(Stored items)
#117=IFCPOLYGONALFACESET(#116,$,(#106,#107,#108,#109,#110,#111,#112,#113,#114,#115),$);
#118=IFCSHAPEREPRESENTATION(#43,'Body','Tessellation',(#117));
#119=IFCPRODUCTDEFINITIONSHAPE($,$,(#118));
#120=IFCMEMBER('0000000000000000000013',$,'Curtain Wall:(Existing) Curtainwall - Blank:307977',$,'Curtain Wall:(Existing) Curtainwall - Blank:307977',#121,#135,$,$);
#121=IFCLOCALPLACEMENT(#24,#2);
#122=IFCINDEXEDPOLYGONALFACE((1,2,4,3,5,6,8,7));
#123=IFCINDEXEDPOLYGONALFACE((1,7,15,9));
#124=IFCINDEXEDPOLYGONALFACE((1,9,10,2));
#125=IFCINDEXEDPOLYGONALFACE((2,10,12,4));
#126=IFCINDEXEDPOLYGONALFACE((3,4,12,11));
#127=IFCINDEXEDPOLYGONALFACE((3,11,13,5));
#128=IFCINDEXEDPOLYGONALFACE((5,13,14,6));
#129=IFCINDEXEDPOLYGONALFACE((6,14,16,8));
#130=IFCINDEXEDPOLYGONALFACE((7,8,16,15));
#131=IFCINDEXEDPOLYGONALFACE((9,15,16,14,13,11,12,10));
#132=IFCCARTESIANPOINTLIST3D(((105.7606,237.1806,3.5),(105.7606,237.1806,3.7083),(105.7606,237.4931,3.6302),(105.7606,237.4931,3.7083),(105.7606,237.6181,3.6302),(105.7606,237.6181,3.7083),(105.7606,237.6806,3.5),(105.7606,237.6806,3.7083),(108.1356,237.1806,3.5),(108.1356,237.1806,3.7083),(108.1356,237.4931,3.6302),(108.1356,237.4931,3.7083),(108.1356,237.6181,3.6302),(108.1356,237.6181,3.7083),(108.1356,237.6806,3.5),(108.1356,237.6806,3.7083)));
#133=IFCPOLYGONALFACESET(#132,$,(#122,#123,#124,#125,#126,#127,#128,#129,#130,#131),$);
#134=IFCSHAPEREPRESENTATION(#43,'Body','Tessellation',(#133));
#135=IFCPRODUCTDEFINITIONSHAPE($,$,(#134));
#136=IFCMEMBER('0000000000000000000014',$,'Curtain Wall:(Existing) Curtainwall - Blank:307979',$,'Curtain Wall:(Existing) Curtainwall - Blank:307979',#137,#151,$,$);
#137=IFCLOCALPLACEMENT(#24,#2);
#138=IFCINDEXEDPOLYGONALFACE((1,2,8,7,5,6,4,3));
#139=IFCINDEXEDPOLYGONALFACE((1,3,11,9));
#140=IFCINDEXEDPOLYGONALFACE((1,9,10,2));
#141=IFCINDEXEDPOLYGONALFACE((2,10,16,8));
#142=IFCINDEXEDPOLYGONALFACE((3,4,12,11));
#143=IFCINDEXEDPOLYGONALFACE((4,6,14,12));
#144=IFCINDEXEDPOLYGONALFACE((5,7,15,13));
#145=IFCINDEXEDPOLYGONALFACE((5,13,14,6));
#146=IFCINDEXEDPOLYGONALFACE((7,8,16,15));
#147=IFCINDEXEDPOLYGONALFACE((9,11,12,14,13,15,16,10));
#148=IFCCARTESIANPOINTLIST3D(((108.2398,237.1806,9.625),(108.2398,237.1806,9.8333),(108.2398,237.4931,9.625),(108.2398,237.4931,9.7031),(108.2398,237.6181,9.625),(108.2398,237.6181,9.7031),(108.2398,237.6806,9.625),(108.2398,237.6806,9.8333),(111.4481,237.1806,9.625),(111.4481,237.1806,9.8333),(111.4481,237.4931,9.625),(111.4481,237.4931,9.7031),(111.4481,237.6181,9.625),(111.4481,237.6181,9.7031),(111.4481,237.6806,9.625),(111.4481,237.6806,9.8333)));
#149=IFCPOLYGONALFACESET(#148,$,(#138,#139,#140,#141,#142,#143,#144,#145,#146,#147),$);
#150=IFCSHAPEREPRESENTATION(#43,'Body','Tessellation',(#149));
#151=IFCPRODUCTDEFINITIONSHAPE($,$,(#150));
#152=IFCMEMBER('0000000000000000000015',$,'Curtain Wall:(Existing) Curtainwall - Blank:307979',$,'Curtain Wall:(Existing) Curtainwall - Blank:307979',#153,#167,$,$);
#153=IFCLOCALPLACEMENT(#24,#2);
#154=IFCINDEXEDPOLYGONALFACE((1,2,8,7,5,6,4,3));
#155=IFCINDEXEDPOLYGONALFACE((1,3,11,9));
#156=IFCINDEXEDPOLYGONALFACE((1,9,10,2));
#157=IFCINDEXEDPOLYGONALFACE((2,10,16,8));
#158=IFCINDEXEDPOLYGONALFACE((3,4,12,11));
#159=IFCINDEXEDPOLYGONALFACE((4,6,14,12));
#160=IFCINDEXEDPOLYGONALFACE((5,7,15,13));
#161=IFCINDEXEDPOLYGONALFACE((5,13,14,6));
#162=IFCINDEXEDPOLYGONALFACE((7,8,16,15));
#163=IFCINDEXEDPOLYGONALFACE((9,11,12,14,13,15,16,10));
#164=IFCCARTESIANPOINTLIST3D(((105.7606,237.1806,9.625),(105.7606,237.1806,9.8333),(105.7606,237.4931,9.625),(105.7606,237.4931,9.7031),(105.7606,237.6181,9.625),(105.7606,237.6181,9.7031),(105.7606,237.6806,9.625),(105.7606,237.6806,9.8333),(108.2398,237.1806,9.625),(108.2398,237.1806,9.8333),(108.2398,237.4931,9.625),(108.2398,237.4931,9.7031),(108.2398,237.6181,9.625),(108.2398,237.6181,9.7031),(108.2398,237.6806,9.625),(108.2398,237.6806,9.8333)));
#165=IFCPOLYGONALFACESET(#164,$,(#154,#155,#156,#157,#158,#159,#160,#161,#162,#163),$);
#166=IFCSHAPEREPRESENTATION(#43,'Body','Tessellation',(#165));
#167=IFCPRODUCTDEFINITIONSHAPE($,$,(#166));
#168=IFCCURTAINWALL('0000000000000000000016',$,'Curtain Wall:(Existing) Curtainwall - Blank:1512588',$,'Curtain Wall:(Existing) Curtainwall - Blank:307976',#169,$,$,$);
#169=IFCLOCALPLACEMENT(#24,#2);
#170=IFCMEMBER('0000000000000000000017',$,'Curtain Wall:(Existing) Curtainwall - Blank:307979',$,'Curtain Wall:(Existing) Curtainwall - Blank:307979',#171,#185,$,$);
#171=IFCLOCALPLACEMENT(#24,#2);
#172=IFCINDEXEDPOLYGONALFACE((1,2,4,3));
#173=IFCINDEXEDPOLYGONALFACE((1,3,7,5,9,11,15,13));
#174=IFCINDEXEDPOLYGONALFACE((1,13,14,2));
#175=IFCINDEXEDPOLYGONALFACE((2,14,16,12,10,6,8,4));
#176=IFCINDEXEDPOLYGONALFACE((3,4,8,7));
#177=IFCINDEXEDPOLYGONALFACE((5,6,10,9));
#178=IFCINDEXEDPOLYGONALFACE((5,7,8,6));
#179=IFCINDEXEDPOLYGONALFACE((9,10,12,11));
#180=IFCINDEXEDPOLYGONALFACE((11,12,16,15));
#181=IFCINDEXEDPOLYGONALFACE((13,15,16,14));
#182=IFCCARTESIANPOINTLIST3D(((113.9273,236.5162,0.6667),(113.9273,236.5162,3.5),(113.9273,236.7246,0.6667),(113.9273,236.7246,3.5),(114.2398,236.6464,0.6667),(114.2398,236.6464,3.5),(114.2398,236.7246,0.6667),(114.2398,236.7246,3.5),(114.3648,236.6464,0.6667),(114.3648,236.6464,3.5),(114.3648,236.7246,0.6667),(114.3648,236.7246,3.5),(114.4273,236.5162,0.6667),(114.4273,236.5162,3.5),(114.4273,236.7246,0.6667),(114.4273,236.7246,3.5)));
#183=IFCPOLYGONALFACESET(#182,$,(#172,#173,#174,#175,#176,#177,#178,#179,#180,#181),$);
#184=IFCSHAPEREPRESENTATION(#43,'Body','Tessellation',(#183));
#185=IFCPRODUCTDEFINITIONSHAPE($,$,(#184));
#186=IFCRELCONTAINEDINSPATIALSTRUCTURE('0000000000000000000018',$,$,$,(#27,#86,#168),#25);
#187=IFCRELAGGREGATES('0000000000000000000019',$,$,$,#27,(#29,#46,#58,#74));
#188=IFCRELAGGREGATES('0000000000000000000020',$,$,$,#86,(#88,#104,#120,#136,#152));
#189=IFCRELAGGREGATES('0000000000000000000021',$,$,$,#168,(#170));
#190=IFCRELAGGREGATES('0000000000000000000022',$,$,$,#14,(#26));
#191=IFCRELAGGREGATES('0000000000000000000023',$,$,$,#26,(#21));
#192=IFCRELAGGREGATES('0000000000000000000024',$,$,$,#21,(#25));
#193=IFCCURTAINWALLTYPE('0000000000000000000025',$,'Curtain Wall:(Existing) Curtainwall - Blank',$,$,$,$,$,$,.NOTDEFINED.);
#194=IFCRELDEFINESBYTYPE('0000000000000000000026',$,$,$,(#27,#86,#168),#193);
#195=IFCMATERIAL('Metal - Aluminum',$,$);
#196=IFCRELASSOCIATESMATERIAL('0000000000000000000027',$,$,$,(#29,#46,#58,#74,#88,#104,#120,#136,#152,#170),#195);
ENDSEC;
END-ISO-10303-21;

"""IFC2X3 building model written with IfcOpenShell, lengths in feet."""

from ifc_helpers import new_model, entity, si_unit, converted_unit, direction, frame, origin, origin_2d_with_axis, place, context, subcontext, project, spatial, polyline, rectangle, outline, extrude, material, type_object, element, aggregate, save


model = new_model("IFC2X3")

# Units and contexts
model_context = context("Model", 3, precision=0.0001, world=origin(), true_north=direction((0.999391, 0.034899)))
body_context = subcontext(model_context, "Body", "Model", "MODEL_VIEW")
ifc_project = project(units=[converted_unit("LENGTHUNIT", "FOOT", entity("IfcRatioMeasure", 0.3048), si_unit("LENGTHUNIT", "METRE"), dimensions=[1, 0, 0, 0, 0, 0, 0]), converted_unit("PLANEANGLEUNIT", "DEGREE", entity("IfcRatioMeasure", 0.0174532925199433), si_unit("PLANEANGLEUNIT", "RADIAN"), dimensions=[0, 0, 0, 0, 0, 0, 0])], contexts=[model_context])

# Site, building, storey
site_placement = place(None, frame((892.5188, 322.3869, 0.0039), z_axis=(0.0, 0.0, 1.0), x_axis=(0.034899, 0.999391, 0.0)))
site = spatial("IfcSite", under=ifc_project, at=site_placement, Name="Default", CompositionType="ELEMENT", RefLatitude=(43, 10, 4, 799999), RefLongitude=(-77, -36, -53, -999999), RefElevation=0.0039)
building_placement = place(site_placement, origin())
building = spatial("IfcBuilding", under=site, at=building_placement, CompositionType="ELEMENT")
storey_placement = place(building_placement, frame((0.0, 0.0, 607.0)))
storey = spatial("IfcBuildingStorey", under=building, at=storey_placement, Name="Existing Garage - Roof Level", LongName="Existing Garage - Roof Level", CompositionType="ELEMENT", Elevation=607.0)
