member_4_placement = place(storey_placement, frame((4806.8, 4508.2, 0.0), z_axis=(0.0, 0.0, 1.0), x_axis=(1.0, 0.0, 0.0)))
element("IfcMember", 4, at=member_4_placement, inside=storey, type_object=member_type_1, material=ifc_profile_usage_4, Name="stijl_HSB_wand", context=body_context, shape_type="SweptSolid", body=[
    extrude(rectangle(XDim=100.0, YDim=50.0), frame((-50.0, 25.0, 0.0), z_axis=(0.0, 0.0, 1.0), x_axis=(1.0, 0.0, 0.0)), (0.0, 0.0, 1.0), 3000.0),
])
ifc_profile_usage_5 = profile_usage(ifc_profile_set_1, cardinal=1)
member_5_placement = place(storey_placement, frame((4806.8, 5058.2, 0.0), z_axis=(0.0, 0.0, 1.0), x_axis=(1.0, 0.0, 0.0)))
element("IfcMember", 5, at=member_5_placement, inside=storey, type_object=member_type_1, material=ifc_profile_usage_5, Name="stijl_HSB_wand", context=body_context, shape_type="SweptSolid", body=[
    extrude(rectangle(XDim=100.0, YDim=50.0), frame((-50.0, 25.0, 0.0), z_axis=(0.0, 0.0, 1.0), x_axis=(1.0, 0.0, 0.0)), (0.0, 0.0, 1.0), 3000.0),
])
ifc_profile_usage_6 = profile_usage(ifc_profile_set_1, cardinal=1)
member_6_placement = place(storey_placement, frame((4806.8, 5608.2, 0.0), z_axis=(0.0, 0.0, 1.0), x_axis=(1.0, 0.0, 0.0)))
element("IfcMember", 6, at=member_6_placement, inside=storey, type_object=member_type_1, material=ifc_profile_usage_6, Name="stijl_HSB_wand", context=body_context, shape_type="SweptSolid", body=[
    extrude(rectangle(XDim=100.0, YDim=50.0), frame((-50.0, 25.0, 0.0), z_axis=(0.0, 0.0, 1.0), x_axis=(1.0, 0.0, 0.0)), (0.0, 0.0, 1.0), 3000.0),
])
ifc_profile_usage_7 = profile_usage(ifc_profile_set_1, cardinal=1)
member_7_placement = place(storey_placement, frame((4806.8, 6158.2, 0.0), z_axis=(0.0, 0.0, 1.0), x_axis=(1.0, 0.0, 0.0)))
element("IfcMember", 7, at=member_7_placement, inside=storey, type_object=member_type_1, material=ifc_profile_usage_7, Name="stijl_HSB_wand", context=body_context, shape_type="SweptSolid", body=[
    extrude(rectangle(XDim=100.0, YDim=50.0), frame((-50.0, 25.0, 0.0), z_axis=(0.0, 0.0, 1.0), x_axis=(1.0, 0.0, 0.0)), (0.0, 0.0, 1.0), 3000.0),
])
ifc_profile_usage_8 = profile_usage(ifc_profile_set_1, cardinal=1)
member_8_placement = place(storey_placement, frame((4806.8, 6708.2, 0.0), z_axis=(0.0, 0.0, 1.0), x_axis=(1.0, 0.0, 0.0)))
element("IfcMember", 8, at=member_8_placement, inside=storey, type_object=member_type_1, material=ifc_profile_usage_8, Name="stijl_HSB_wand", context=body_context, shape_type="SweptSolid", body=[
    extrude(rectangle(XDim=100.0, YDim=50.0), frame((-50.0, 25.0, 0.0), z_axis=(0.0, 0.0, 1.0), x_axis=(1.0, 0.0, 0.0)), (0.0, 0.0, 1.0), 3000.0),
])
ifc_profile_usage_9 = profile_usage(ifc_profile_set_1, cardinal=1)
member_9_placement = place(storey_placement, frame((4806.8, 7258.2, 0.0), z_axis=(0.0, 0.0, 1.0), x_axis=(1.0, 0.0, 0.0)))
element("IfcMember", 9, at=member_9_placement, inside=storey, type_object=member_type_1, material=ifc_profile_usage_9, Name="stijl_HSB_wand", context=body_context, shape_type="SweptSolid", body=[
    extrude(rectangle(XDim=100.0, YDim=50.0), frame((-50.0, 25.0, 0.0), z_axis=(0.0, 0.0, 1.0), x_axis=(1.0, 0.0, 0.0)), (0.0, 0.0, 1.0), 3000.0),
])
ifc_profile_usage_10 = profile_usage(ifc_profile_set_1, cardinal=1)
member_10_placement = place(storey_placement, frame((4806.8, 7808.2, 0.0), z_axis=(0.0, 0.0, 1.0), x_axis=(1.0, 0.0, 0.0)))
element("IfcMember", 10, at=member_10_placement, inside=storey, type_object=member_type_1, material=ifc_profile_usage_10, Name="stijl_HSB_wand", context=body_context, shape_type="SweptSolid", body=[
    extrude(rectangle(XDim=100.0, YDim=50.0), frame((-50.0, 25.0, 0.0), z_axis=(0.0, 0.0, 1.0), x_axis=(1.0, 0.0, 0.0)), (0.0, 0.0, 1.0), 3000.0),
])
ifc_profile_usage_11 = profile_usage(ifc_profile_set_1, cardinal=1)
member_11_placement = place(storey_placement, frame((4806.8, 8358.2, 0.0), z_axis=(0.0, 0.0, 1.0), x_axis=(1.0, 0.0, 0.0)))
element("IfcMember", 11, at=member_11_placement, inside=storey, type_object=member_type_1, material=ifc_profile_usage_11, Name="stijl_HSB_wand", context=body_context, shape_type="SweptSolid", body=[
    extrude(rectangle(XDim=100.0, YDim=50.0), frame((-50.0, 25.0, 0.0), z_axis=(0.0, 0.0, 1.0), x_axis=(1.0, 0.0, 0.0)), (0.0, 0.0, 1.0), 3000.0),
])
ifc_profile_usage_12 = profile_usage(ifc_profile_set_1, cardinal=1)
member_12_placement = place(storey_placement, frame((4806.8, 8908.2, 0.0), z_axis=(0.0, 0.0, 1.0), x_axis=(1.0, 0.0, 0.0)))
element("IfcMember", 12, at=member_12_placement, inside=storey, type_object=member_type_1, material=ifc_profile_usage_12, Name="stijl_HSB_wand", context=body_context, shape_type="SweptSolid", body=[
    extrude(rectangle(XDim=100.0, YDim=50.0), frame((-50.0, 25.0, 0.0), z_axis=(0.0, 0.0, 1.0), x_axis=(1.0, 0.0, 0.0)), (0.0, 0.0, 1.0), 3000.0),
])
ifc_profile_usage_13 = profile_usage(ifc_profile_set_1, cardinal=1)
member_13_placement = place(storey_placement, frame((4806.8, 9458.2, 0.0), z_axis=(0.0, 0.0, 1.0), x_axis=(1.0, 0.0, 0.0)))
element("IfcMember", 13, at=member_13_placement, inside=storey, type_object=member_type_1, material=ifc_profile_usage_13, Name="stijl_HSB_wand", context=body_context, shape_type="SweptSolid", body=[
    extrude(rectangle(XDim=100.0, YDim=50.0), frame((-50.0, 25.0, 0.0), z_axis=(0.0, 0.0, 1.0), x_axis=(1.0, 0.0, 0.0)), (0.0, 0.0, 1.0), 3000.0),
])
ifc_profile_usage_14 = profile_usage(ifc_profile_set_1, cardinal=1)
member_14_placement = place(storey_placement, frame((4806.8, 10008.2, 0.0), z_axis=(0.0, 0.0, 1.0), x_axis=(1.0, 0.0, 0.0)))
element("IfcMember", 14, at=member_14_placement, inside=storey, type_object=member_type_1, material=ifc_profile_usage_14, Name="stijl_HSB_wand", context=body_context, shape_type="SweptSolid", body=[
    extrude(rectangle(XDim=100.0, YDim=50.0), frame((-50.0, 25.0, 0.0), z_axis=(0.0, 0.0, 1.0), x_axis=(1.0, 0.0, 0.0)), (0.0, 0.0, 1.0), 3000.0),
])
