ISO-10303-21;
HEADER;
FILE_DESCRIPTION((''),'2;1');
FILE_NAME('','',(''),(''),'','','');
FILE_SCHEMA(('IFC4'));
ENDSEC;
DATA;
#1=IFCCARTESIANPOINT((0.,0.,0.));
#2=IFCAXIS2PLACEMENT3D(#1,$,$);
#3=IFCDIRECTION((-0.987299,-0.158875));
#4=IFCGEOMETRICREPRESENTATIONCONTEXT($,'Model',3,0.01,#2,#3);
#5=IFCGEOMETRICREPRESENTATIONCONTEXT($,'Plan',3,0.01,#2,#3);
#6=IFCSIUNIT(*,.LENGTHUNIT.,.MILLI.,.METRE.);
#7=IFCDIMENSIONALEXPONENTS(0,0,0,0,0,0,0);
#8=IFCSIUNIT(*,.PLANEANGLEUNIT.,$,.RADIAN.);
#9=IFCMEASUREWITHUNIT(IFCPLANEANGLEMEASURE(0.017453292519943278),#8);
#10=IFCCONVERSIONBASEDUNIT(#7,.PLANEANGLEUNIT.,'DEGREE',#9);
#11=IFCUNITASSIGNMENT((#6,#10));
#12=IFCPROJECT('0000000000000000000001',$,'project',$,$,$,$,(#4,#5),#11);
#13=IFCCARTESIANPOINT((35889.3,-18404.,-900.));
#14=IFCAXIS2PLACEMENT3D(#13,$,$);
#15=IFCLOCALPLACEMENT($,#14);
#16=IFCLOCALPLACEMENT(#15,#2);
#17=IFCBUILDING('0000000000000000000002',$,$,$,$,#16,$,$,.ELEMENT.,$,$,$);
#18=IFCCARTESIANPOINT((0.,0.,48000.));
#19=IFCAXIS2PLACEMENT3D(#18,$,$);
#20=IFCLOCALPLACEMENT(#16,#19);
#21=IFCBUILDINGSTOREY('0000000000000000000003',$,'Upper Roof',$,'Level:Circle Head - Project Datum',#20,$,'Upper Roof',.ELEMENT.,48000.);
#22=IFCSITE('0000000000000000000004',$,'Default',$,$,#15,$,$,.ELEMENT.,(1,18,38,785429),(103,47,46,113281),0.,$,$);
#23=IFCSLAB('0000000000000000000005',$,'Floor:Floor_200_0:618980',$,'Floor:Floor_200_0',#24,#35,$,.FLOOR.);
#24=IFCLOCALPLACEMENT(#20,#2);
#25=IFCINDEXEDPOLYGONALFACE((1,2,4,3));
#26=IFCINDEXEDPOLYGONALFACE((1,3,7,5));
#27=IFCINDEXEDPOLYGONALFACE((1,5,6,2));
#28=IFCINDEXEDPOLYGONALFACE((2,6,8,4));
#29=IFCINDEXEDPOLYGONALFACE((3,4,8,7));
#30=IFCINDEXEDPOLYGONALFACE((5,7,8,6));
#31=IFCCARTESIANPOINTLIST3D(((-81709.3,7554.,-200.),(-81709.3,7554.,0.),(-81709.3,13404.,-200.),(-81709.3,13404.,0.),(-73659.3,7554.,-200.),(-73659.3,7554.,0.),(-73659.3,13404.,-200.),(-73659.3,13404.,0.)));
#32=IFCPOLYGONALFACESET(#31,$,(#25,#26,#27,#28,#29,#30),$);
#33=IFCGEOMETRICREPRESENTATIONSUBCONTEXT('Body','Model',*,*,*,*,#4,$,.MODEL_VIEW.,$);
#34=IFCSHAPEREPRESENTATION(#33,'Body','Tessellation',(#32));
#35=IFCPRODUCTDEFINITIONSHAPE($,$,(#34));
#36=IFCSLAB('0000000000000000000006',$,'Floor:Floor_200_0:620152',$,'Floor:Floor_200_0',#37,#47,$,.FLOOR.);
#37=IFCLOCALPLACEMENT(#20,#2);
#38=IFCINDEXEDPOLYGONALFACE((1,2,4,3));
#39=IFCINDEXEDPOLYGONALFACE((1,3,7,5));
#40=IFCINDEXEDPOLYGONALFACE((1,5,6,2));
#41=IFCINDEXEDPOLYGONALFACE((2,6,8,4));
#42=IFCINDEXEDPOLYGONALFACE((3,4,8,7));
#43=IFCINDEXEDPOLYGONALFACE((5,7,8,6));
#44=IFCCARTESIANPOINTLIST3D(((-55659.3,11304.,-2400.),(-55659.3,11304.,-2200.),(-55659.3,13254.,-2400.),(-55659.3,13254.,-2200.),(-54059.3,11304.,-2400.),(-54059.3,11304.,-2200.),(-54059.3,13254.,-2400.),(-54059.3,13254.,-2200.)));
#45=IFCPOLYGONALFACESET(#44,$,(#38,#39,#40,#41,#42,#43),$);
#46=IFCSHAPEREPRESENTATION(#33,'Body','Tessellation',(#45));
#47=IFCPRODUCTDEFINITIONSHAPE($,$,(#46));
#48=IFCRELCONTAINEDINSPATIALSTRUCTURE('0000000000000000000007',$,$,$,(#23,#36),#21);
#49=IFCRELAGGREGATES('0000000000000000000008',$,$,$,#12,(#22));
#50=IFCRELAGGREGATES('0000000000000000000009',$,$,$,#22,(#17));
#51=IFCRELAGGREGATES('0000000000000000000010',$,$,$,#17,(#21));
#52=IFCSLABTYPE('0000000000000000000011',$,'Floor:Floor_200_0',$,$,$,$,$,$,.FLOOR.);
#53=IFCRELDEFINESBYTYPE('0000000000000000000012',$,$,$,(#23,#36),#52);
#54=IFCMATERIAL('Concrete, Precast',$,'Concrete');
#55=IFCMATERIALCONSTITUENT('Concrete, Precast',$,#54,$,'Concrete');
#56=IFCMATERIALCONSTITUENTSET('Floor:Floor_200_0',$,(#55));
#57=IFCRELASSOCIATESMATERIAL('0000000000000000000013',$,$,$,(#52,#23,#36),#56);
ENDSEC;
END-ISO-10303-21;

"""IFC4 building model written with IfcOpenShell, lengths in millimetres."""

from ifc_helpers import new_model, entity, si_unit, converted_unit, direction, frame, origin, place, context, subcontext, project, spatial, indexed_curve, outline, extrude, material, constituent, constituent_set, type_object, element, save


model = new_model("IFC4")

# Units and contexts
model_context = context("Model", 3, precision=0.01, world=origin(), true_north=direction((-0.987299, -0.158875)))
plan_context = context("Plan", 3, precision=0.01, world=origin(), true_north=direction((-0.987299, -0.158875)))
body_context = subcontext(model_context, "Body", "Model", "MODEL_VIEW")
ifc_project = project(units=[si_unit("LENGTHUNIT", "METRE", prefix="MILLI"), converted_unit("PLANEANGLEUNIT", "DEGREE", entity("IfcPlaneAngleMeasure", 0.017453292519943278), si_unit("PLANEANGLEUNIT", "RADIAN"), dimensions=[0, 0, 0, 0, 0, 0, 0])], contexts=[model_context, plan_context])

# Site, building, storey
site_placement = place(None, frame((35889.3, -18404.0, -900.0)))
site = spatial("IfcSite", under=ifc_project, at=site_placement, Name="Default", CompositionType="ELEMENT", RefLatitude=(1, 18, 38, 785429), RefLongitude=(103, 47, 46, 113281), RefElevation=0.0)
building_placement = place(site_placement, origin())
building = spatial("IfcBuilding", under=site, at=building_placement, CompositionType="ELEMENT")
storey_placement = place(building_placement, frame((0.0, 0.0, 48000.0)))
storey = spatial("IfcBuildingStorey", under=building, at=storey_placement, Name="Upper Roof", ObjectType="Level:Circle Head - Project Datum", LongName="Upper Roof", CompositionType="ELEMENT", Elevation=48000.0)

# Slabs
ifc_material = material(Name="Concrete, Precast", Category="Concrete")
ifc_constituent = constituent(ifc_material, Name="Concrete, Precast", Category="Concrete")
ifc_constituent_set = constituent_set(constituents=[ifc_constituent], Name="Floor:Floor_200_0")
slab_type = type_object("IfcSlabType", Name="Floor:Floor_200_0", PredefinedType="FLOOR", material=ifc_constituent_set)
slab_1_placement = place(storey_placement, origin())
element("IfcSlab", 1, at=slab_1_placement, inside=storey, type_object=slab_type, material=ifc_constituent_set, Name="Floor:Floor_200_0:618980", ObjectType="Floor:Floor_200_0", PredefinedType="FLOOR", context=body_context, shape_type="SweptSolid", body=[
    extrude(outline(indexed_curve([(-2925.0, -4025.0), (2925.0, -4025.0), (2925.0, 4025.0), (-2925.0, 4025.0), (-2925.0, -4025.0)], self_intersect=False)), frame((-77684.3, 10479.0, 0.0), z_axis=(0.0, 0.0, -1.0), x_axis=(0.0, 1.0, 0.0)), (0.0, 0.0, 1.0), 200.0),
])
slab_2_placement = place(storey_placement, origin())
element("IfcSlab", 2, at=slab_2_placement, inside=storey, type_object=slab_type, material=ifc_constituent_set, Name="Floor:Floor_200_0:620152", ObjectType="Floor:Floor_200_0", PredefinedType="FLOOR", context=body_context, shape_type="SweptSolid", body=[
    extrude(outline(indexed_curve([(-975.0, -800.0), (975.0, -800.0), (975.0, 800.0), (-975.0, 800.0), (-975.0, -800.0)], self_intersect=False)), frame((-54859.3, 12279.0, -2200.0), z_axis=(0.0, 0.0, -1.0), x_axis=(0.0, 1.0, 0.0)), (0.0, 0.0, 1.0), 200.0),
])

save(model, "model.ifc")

**Exercise:**
Each line of the data that contains "IFCPRODUCTDEFINITIONSHAPE" belongs in the answer.

**The answer:**
#119=IFCPRODUCTDEFINITIONSHAPE($,$,(#118));
#135=IFCPRODUCTDEFINITIONSHAPE($,$,(#134));
#151=IFCPRODUCTDEFINITIONSHAPE($,$,(#150));
#167=IFCPRODUCTDEFINITIONSHAPE($,$,(#166));
#185=IFCPRODUCTDEFINITIONSHAPE($,$,(#184));
#35=IFCPRODUCTDEFINITIONSHAPE($,$,(#34));
#47=IFCPRODUCTDEFINITIONSHAPE($,$,(#46));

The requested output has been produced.